**What to do:**
A line belongs in the answer only if it contains the word "IFCRELAGGREGATES"; copy every such line from the listing below.

**Provided records:**
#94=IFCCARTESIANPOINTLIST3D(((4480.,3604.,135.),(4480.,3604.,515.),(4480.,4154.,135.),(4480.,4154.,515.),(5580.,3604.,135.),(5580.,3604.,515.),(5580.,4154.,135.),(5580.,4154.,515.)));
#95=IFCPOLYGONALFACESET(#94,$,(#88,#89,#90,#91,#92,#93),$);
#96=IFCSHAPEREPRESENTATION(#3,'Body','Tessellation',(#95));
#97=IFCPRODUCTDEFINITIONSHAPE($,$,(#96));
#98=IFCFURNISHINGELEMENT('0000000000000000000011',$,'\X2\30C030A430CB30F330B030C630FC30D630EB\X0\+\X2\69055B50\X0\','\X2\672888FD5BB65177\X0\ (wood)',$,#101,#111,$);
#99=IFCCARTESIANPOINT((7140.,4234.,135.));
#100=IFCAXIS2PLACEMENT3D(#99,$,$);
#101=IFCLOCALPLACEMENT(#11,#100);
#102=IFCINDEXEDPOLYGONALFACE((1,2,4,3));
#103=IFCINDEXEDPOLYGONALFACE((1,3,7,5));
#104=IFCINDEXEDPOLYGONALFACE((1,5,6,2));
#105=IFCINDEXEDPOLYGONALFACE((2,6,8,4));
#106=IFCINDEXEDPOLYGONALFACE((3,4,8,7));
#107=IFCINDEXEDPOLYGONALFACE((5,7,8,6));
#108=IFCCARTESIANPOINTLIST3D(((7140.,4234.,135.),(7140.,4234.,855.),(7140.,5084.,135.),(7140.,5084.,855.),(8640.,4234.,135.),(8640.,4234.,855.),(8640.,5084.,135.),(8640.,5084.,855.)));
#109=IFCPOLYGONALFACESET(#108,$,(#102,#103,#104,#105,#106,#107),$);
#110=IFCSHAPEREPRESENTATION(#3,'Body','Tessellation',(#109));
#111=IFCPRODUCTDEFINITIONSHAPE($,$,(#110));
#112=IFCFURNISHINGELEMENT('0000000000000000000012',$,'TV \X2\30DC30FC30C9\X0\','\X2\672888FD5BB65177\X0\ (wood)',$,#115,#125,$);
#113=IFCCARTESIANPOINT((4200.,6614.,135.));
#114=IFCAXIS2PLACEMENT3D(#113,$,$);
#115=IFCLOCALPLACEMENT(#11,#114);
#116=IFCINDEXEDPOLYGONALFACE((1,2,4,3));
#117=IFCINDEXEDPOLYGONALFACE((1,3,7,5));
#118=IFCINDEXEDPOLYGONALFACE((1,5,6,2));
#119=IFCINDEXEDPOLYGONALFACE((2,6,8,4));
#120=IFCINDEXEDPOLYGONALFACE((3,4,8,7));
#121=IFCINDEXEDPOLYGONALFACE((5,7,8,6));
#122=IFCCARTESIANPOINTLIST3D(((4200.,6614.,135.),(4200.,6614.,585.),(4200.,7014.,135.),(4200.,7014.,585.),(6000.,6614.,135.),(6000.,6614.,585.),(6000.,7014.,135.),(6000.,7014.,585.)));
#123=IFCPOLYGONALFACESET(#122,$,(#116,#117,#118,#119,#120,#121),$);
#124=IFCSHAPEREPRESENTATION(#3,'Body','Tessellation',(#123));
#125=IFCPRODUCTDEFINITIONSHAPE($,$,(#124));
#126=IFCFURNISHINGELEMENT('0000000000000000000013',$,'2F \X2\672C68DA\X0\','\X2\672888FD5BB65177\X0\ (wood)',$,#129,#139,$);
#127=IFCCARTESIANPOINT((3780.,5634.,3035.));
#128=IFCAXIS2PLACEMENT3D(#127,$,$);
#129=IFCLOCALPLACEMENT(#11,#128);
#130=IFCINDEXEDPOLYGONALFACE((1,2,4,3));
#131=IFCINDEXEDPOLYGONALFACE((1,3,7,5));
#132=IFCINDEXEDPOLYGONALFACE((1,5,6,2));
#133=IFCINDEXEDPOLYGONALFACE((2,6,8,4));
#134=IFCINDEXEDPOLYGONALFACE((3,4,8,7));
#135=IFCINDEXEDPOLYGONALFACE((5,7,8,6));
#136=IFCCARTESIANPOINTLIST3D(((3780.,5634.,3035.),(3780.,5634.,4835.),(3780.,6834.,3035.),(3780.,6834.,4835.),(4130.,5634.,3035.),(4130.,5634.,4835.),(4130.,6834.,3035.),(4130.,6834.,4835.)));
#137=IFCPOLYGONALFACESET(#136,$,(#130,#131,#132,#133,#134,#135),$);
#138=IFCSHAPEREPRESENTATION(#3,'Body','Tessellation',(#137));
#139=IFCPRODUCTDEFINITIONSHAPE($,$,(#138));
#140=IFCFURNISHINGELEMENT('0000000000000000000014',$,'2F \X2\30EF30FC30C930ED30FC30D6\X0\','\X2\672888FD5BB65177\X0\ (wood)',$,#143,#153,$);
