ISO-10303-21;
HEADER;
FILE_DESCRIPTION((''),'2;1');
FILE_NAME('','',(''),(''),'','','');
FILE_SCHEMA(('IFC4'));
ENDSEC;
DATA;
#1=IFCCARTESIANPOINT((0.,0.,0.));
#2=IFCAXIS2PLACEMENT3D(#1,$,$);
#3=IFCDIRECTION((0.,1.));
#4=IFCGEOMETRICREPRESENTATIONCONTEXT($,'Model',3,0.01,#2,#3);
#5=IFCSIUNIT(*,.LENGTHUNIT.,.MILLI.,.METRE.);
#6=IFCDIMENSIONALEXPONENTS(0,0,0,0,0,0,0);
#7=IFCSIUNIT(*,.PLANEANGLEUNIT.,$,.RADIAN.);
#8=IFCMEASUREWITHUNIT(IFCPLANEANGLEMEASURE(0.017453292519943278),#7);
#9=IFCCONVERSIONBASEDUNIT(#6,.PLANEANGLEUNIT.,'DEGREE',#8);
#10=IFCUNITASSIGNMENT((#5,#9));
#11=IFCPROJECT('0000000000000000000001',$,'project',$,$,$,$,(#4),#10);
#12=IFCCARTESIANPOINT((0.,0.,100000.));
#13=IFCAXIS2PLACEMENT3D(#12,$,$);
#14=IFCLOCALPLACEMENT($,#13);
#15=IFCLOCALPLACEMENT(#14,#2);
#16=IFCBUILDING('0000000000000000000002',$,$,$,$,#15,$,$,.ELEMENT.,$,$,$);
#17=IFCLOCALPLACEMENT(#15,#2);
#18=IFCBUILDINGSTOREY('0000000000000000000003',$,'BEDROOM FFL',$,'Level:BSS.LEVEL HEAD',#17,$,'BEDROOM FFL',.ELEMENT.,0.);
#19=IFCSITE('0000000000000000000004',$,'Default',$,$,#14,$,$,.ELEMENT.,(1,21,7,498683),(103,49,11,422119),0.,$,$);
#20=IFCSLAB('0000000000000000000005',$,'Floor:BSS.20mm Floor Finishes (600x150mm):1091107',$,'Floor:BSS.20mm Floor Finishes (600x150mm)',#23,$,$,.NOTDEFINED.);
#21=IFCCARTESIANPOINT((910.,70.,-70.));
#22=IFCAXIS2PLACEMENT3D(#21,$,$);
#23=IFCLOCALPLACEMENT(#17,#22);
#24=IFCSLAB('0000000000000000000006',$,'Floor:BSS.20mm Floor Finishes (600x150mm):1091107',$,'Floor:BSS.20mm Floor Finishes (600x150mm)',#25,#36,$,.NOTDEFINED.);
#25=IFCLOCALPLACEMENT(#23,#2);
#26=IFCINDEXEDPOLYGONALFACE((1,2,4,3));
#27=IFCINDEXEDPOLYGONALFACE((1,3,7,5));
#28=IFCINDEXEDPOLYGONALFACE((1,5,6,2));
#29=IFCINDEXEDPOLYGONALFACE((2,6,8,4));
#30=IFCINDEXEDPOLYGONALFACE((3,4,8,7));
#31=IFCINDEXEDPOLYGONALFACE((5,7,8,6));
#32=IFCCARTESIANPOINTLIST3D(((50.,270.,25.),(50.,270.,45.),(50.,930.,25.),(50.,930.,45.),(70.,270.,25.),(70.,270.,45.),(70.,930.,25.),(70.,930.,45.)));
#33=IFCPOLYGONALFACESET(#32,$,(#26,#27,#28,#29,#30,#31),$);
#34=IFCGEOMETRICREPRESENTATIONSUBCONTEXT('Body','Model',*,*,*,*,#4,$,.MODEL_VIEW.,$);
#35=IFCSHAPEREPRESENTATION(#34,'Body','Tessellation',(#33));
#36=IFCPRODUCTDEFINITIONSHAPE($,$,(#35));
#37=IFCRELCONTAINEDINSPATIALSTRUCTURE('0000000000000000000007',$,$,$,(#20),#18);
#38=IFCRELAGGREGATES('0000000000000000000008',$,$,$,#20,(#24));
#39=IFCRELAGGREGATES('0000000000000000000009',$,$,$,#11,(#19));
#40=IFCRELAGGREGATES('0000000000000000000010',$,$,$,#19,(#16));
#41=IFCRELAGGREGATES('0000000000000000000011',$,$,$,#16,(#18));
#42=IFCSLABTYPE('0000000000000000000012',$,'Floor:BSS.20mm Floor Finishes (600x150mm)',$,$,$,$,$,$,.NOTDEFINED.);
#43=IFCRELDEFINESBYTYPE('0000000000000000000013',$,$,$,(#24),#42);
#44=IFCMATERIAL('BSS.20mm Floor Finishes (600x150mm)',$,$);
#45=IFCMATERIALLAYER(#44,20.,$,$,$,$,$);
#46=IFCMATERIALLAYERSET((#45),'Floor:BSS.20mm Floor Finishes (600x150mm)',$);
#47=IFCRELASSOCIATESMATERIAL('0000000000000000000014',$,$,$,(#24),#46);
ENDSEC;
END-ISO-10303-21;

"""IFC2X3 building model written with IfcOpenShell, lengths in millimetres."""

from ifc_helpers import new_model, entity, si_unit, converted_unit, direction, frame, frame_2d, origin, place, context, subcontext, project, spatial, rectangle, extrude, material, layer, layer_set, type_object, element, aggregate, save


model = new_model("IFC2X3")

# Units and contexts
model_context = context("Model", 3, precision=0.01, world=origin(), true_north=direction((0.0, 1.0)))
body_context = subcontext(model_context, "Body", "Model", "MODEL_VIEW")
ifc_project = project(units=[si_unit("LENGTHUNIT", "METRE", prefix="MILLI"), converted_unit("PLANEANGLEUNIT", "DEGREE", entity("IfcPlaneAngleMeasure", 0.017453292519943278), si_unit("PLANEANGLEUNIT", "RADIAN"), dimensions=[0, 0, 0, 0, 0, 0, 0])], contexts=[model_context])

# Site, building, storey
site_placement = place(None, frame((0.0, 0.0, 100000.0)))
site = spatial("IfcSite", under=ifc_project, at=site_placement, Name="Default", CompositionType="ELEMENT", RefLatitude=(1, 21, 7, 498683), RefLongitude=(103, 49, 11, 422119), RefElevation=0.0)
building_placement = place(site_placement, origin())
building = spatial("IfcBuilding", under=site, at=building_placement, CompositionType="ELEMENT")
storey_placement = place(building_placement, origin())
storey = spatial("IfcBuildingStorey", under=building, at=storey_placement, Name="BEDROOM FFL", ObjectType="Level:BSS.LEVEL HEAD", LongName="BEDROOM FFL", CompositionType="ELEMENT", Elevation=0.0)

# Slabs
slab_1_placement = place(storey_placement, frame((910.0, 70.0, -70.0)))
slab_1 = element("IfcSlab", 1, at=slab_1_placement, inside=storey, Name="Floor:BSS.20mm Floor Finishes (600x150mm):1091107", ObjectType="Floor:BSS.20mm Floor Finishes (600x150mm)", PredefinedType="NOTDEFINED")
ifc_material_1 = material(Name="BSS.20mm Floor Finishes (600x150mm)")
ifc_layer_1 = layer(ifc_material_1, 20.0)
ifc_layer_set_1 = layer_set([ifc_layer_1], Name="Floor:BSS.20mm Floor Finishes (600x150mm)")
slab_type = type_object("IfcSlabType", Name="Floor:BSS.20mm Floor Finishes (600x150mm)", PredefinedType="NOTDEFINED")
slab_2_placement = place(slab_1_placement, origin())
slab_2 = element("IfcSlab", 2, at=slab_2_placement, type_object=slab_type, material=ifc_layer_set_1, Name="Floor:BSS.20mm Floor Finishes (600x150mm):1091107", ObjectType="Floor:BSS.20mm Floor Finishes (600x150mm)", PredefinedType="NOTDEFINED", context=body_context, shape_type="SweptSolid", body=[
    extrude(rectangle(XDim=660.0, YDim=20.0, at=frame_2d((0.0, 0.0), x_axis=(0.0, -1.0))), frame((60.0, 600.0, 45.0)), (0.0, 0.0, -1.0), 20.0),
])
aggregate(slab_1, [slab_2])

save(model, "model.ifc")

**Response to the task:**
#38=IFCRELAGGREGATES('0000000000000000000008',$,$,$,#20,(#24));
#39=IFCRELAGGREGATES('0000000000000000000009',$,$,$,#11,(#19));
#40=IFCRELAGGREGATES('0000000000000000000010',$,$,$,#19,(#16));
#41=IFCRELAGGREGATES('0000000000000000000011',$,$,$,#16,(#18));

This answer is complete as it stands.